The NCRB data shows that there is a decline in the cases of Sedition registered in the past few years, but what needs to be there is a system of checks that such type of cases, where prima facie there is no element of crime present, and only cause harassment to the accused are not taken up at the first instance.

Aggrieved by the way things are happening, a petition is filed before the Supreme Court to challenge the of Sec. 124A by Common Cause, a NGO and S.P. Udayakumar, one of the prayers is to pass an order or direction making it compulsory for the concerned authority to produce a reasoned order from the director general of police (DGP) or the commissioner of police, as the case maybe, certifying that the ‘seditious act’ either led to the incitement of violence or had the tendency or the intention to create public disorder, before any FIR is filed or, any arrest is made on the charges of sedition against any individual[The Wire, Petition Challenges Sedition Law in Supreme Court].

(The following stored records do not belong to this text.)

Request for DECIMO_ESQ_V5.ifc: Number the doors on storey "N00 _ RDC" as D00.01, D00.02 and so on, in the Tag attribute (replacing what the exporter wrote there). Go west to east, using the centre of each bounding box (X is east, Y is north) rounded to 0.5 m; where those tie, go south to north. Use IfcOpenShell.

First a look at what the model holds.

```python
import ifcopenshell
import ifcopenshell.util.element
import ifcopenshell.util.placement

model = ifcopenshell.open("DECIMO_ESQ_V5.ifc")
print(model.schema)
storey = next(s for s in model.by_type("IfcBuildingStorey") if s.Name == "N00 _ RDC")
doors = [e for e in ifcopenshell.util.element.get_decomposition(storey) if e.is_a("IfcDoor")]
for e in sorted(doors, key=lambda e: e.id()):
    origin = ifcopenshell.util.placement.get_local_placement(e.ObjectPlacement)[:3, 3]
    print(e.id(), e.Tag, e.Name, origin.round(2) + 0.0, sep=" | ")
```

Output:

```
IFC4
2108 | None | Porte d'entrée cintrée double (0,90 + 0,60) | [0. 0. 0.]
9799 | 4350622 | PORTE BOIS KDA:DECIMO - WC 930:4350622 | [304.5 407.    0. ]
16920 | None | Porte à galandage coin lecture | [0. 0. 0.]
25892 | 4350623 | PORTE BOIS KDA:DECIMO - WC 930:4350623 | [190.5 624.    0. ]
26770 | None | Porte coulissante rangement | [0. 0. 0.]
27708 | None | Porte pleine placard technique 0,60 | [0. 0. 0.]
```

```python
import ifcopenshell
import ifcopenshell.geom
import ifcopenshell.util.element
import ifcopenshell.util.shape

model = ifcopenshell.open("DECIMO_ESQ_V5.ifc")
settings = ifcopenshell.geom.settings()
settings.set("use-world-coords", True)


def centre(element):
    shape = ifcopenshell.geom.create_shape(settings, element)
    return ifcopenshell.util.shape.get_bbox_centroid(shape.geometry)


storey = next(s for s in model.by_type("IfcBuildingStorey") if s.Name == "N00 _ RDC")
doors = [e for e in ifcopenshell.util.element.get_decomposition(storey) if e.is_a("IfcDoor")]

# Insertion points can sit at a corner or the storey origin, so sort by the geometry (in metres).
centres = {e: centre(e) for e in doors}
doors.sort(key=lambda e: (round(centres[e][0] / 0.5), centres[e][1]))

for i, e in enumerate(doors, start=1):
    number = f"D00.{i:02d}"
    e.Tag = number
    print(e.id(), number)

model.write("DECIMO_ESQ_V5_edited.ifc")
```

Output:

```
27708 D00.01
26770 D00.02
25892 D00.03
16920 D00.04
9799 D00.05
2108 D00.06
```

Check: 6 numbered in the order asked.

Mahatma Gandhi once commented on Sec 124A saying that “Section 124-A, under which I am happily charged, is perhaps the prince among the political sections of the IPC designed to suppress the liberty of the citizen” but at the same time it is a necessity to have in the Penal Code.What is required is to monitor how it is applied. It can be conclusively held that at present the provision on Sedition is invoked in a very arbitrary manner and there is a need to devise a mechanism so that both the provision can be kept in the statute book as well as be made sure that it does not arbitrarily hampers anyone’s rights. The provision of Sedition has been put up for judicial scrutiny many a time in front of various courts and it has been held constitutional by the Supreme Court in case of KedarNath v State of Bihar, the present petition filed may give finally a way in which both the provisions of Sedition and the Right to freedom of Speech and Expression can harmoniously exist.

The state has a duty to maintain the public order and peace, and for that it is necessary to control the activities which may disrupt the peace, which makes laws like Sedition a necessity.Even if they are considered evil by some, they are the evil we need.